I say my favorite Sonata is D.960. The beginning of it is so...Peaceful,Harmonic, and the style of it makes me love it.


----------



## lextune

Mandryka said:


> Have you had a chance to hear Valery Afanassiev's Schubert?


I have. It is glacially slow! His fortissimo trill in the bass before the exposition repeat is unlike any other.

I must admit to loving most everything he does though....

His Liszt Sonata is also wildly slow, but he is so connected to the pulse, and to the bloom and swell of his tone production, (probably why he is going so slow to begin with), that I never lose interest.

He will surely turn off many listeners, but those that can go with him, will love him. When he is on; I should say. I have seen live videos of him where he did not seem to quite have it that night.


----------



## clavichorder

The young Trifonov does a great Schubert 18 in G major: 




I can't wait till Lucas Debargue releases his Schubert sonatas. He is doing a "little A major" and the A minor 784 sonata for a recital. Knowing him, it will be stunning.


----------



## Mandryka

I played Arrau's D960 last week. I was very impressed, not least by the voicing. Worth hearing I'd say


----------



## clavichorder

For some reason this thread, which was recently updated, doesn't appear that way in the thread listings. TC problems...


----------



## Animal the Drummer

Ukko said:


> Schubert preferred Schnabel's interpretations. At least that's what he told Beethoven. Me too.

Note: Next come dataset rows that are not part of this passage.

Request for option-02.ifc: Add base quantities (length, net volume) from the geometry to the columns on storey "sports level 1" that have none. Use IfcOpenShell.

First a look at what the model holds.

```python
import ifcopenshell
import ifcopenshell.util.element
import ifcopenshell.util.unit

model = ifcopenshell.open("option-02.ifc")
print(model.schema)
for unit_type in ("LENGTHUNIT", "AREAUNIT", "VOLUMEUNIT"):
    print(unit_type, ifcopenshell.util.unit.calculate_unit_scale(model, unit_type))
storey = next(s for s in model.by_type("IfcBuildingStorey") if s.Name == "sports level 1")
columns = [e for e in ifcopenshell.util.element.get_decomposition(storey) if e.is_a("IfcColumn")]
for e in sorted(columns, key=lambda e: e.id()):
    print(e.id(), e.is_a(), e.Name, list(ifcopenshell.util.element.get_psets(e, qtos_only=True)), sep=" | ")
```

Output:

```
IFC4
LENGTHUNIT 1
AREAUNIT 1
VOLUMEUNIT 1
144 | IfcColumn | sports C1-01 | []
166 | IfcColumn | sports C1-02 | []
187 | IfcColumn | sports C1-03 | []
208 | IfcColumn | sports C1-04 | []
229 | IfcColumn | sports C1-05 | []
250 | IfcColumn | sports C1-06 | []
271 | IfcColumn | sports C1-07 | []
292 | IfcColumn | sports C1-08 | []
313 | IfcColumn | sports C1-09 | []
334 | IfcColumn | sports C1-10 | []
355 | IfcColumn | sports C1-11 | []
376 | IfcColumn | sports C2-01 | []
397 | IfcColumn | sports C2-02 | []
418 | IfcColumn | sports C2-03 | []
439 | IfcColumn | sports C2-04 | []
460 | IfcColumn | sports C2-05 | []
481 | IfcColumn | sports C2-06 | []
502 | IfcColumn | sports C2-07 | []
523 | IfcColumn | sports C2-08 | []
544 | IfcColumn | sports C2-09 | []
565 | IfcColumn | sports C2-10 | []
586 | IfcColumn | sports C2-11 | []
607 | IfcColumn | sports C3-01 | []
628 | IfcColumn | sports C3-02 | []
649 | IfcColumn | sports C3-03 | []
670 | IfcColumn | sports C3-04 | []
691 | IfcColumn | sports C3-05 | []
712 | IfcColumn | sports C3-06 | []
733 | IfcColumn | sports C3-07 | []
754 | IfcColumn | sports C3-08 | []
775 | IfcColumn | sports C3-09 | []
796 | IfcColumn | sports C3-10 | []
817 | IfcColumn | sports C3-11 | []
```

```python
import ifcopenshell
import ifcopenshell.api.pset
import ifcopenshell.geom
import ifcopenshell.util.element
import ifcopenshell.util.shape
import ifcopenshell.util.unit

model = ifcopenshell.open("option-02.ifc")
unit_scale = ifcopenshell.util.unit.calculate_unit_scale(model)
volume_scale = ifcopenshell.util.unit.calculate_unit_scale(model, "VOLUMEUNIT")
settings = ifcopenshell.geom.settings()

storey = next(s for s in model.by_type("IfcBuildingStorey") if s.Name == "sports level 1")
columns = [e for e in ifcopenshell.util.element.get_decomposition(storey) if e.is_a("IfcColumn")]

for e in sorted(columns, key=lambda e: e.id()):
    if ifcopenshell.util.element.get_psets(e, qtos_only=True, should_inherit=False):
        continue
    # Geometry comes back in metres, in the element's own axes.
    shape = ifcopenshell.geom.create_shape(settings, e)
    values = {
        "Length": ifcopenshell.util.shape.get_z(shape.geometry) / unit_scale,
        "NetVolume": ifcopenshell.util.shape.get_volume(shape.geometry) / volume_scale,
    }
    qto = ifcopenshell.api.pset.add_qto(model, product=e, name="Qto_ColumnBaseQuantities")
    ifcopenshell.api.pset.edit_qto(model, qto=qto, properties=values)
    print(e.id(), {k: round(v, 3) for k, v in values.items()})

model.write("option-02_edited.ifc")
```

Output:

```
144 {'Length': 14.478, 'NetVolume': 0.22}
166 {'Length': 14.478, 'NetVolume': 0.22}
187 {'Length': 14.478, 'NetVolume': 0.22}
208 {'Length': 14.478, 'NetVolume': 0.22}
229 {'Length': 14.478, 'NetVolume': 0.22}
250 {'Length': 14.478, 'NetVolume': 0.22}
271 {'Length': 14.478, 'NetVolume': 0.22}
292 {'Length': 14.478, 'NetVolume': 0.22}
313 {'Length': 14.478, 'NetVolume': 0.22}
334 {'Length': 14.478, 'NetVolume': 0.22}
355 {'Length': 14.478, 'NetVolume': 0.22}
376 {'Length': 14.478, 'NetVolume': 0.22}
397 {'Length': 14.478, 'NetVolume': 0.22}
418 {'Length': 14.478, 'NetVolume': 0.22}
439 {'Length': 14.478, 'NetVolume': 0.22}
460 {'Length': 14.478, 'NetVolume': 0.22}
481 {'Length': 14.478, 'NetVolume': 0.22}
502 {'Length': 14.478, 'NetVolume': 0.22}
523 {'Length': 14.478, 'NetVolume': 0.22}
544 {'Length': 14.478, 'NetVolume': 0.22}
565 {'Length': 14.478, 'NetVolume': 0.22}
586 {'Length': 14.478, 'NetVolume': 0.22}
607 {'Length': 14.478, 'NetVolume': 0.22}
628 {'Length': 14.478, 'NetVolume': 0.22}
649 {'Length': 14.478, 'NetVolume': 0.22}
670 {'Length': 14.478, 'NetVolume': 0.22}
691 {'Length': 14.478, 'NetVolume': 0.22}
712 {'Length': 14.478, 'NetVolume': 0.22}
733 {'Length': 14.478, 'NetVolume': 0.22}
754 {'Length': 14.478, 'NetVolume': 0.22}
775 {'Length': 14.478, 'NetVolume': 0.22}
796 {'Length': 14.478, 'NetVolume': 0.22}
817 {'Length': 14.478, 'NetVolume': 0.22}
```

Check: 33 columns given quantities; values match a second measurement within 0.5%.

www.youtube.com/watch?v=Rfo61QYhTc8


----------



## David9

I like all the late sonatas of Schubert, but none better than the D 960 in Bb, published posthumously, I believe. Pollini's recording of this is superb, but so is Radu Lupu's - most pianists of romantic literature get around to the D 960 eventually - that second movement _andante_, in the return of the 'A' material - a sudden but gentle shift to C major (from C# minor) is like a beam of light. The Schubert's are a great love of the Romanian pianist, Radu Lupu who plays them magnificently. The boxed set The Decca Years, recorded after he won the Gold Medal in the first Van Cliburn Competiton is a great and reasonable investment - Beethoven, Schubert, Brahms and others.


----------



## Guest

GraemeG said:


> If I forget every pianist I've ever heard, the last two things to fade from my memory will be a live performance of D959 by Christian Zacharias in Sydney in the mid-80s in which all time and space fused into an eternal magical stasis during the slow movement, and a live performance of D894 by Pollini in Salzburg (or Berlin) in 1989. I didn't know either work when I heard them, but the magic of them sill stay with me forever.
> cheers,
> GG


I was at a Pollini recital at the Wiener Konzerthaus in 2011 and Pollini played Schubert's D960. I felt he had lost the plot and the performance was rather routine. Very disappointing.


----------



## Roger Knox

*Schubert and Lupu*

It is still Bb major, D960 for me and Lupu's wonderful!


----------



## Marinera

Mandryka said:


> I played Arrau's D960 last week. I was very impressed, not least by the voicing. Worth hearing I'd say


My favourite sonata and interpretation.


----------



## Bulldog

My favorite is the G major, D.894, and Ranki's is the best I've ever heard.


----------



## DavidA

I have so many superb recordings of the sonatas including Kempff's complete set. D960 remains my favourite and there are simply wonderful performances all very different:
Richter
Lupu
Kempff
Kovacevich
Annie Fischer
Clara Haskell
Anda
Brendel
Pollini
I am a rich man indeed - artistically at least!


----------



## Pugg

Uchida is also doing great job, with Perrahia my most favourites.


----------



## Triplets

Animal the Drummer said:


> www.youtube.com/watch?v=Rfo61QYhTc8


:lol:
I liked that as much as the Monty Python sketch with Mrs. Beethoven vacuuming under the Piano bench while Ludwig struggles with the 5th Symphony.


----------



## Heliogabo

No one has mentioned Leonskaja, I've been listening to her playing Schubert's sonatas on spotify and it's great.


----------



## Skilmarilion

Very much a fan of Javier Perianes' recent release on harmonia mundi:


----------



## Mandryka

Claudio Arrau D960. The performance reminds me of the Sistine chapel ceiling. Every little gesture is full of meaning. Listening to it I feel overwhelmed almost, intellectually (there's a lot of nuance to take in, you can't let your mind wonder for fear of missing something), but also "spiritually" (Arrau's psychologically deep, as they say.)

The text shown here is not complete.